Shoes, clothes shopping, dressing fashionably - these are all tedious chores for me. I don't relieve stress by buying a pair of sandles; I would just feel more stressed out over spending money on someting I didn't need. I already feel like I have far too many shoes, and I have maybe four or five pairs that I wear regularly - the rest are worn out and probably would have long been replaced by the typical shoe-buying woman. I heartily dislike trying on clothes; it's so much work to figure out what properly fits and looks right on me. And I despise the constantly changing trends of fashion. My basic outfit is a shirt and jeans; any more complicated than that is just too much trouble for my tastes.

I dislike nearly all romantic comedies; I much prefer adventure, particularly of the fantastic sort. I don't do scrapbooking or most cutesy things. I'd consider a day at the spa tantamount to torture - being touched by strangers? Yech, yech, yech. I don't find manicures or facials at all relaxing; give me a good book to curl up with instead. Oh, and my nails are nearly always jagged and short - a bad habit of mine, I suppose, but I'm not sure what I'd do with super long nails.
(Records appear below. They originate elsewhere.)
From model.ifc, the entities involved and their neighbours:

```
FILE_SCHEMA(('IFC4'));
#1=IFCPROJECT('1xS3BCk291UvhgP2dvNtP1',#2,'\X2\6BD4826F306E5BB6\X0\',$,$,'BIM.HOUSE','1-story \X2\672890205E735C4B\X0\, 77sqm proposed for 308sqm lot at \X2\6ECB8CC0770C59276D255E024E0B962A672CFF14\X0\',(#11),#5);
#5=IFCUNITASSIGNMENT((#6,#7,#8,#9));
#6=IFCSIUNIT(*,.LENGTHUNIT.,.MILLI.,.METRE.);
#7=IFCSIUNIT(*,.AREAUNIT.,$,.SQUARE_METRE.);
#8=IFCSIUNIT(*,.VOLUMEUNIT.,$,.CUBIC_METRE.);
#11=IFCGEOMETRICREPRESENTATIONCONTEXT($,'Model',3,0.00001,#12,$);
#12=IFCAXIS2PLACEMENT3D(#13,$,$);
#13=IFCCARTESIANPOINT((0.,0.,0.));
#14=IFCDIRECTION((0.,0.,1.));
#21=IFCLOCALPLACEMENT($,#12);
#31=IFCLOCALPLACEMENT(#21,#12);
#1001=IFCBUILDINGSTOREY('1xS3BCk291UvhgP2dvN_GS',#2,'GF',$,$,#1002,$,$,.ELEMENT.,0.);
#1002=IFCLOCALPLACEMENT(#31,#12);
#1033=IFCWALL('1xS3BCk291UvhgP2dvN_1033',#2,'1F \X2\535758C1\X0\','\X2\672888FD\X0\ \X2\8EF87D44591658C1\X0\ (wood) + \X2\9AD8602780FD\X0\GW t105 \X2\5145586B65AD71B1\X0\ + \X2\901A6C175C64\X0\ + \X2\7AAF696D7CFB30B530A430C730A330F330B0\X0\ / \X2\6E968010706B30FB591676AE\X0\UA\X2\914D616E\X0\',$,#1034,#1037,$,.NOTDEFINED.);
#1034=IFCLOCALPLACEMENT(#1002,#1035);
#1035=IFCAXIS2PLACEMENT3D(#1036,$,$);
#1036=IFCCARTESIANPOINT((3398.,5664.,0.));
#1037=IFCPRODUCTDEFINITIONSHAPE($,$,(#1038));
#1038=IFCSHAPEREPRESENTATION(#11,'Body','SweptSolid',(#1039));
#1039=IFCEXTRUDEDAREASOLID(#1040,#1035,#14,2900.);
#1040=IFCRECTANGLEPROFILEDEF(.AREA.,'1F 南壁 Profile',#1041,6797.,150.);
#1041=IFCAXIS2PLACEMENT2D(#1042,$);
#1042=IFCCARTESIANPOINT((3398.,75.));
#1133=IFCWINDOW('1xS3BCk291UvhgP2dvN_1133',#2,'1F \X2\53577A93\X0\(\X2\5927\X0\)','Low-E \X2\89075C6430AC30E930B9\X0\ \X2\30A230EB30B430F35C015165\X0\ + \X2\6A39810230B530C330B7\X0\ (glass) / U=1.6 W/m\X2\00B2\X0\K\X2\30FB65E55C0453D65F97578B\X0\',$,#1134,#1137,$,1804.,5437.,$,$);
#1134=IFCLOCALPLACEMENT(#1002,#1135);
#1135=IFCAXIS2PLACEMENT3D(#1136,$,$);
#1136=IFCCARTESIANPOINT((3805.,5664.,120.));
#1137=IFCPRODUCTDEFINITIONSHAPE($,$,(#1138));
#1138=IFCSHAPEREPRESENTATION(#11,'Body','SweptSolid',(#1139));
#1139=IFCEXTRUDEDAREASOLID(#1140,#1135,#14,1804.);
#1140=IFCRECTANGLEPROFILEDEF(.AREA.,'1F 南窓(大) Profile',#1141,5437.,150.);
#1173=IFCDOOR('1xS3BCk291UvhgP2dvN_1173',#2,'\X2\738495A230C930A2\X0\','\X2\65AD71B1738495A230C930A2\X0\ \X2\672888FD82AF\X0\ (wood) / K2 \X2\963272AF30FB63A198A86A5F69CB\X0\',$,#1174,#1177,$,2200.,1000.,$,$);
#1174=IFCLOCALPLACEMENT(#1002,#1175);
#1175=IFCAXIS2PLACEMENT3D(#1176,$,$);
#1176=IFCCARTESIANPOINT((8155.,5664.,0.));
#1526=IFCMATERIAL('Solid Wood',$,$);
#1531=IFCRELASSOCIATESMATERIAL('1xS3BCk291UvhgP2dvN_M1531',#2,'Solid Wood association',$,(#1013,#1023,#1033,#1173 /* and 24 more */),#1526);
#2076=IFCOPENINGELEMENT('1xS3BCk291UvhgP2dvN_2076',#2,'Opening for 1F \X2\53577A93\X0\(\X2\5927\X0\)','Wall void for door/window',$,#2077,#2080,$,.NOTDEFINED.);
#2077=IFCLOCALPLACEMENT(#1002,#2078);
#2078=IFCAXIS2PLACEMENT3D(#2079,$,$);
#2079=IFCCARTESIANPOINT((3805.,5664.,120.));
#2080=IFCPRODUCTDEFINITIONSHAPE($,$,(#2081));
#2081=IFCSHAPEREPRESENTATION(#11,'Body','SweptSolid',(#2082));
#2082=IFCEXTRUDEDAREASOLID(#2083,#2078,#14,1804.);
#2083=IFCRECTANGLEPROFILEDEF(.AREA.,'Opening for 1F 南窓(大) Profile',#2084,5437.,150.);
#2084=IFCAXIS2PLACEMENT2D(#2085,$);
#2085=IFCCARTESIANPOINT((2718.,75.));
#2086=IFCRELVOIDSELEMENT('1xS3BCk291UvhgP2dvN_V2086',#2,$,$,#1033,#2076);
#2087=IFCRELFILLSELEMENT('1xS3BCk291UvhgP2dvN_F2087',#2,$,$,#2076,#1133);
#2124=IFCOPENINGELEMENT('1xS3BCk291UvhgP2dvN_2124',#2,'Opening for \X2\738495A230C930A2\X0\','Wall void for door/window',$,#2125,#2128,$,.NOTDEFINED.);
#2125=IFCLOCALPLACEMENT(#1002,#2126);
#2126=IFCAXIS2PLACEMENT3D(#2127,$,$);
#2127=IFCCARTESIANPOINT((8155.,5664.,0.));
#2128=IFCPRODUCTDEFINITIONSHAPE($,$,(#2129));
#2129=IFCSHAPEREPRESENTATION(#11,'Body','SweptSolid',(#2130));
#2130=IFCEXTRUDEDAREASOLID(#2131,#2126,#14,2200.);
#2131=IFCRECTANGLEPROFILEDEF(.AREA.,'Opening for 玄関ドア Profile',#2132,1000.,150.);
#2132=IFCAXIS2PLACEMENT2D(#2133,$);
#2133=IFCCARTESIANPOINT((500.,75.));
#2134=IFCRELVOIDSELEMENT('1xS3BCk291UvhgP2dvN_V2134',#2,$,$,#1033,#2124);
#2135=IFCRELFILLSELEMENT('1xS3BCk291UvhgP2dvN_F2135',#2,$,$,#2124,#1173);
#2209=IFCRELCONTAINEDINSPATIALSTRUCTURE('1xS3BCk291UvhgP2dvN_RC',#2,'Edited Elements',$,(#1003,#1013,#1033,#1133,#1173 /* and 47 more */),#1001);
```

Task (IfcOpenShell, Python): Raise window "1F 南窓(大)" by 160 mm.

```python
import numpy as np
import ifcopenshell
import ifcopenshell.api.geometry
import ifcopenshell.util.placement
import ifcopenshell.util.unit

model = ifcopenshell.open("model.ifc")
unit_scale = ifcopenshell.util.unit.calculate_unit_scale(model)

window = model.by_id(1133)
opening = window.FillsVoids[0].RelatingOpeningElement
dz = 160.0

shift = np.array([0.0, 0.0, dz])
# The window is not placed relative to its opening, so move both.
for product in (opening, window):
    matrix = ifcopenshell.util.placement.get_local_placement(product.ObjectPlacement)
    matrix[:3, 3] += shift
    ifcopenshell.api.geometry.edit_object_placement(model, product=product, matrix=matrix, is_si=False)

print(f"moved by {dz * unit_scale:+.3f} m")

model.write("model_edited.ifc")
```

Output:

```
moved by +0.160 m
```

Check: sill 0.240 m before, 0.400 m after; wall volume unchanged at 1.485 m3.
On the other hand...I don't like sports or any of that stereotypically masculine stuff. I enjoy cleaning and cross-stitching and making the house look nice and proprly decorated (though I'm rather poor at all of those things). So it's not like I'm a tomboy. Above all else, I was raised by my mother. She has long hair, she doesn't bother with makeup or frenetic fashions, but she likes a good handful of "female" pasttimes. I suppose probably most people are a mix of stereotypes and orginal characteristics. So what am I saying? I'm trying to find my unique little niche, I guess. Or maybe make an excuse for my non-trendy clothes and weird hair. ;) I'll stop now.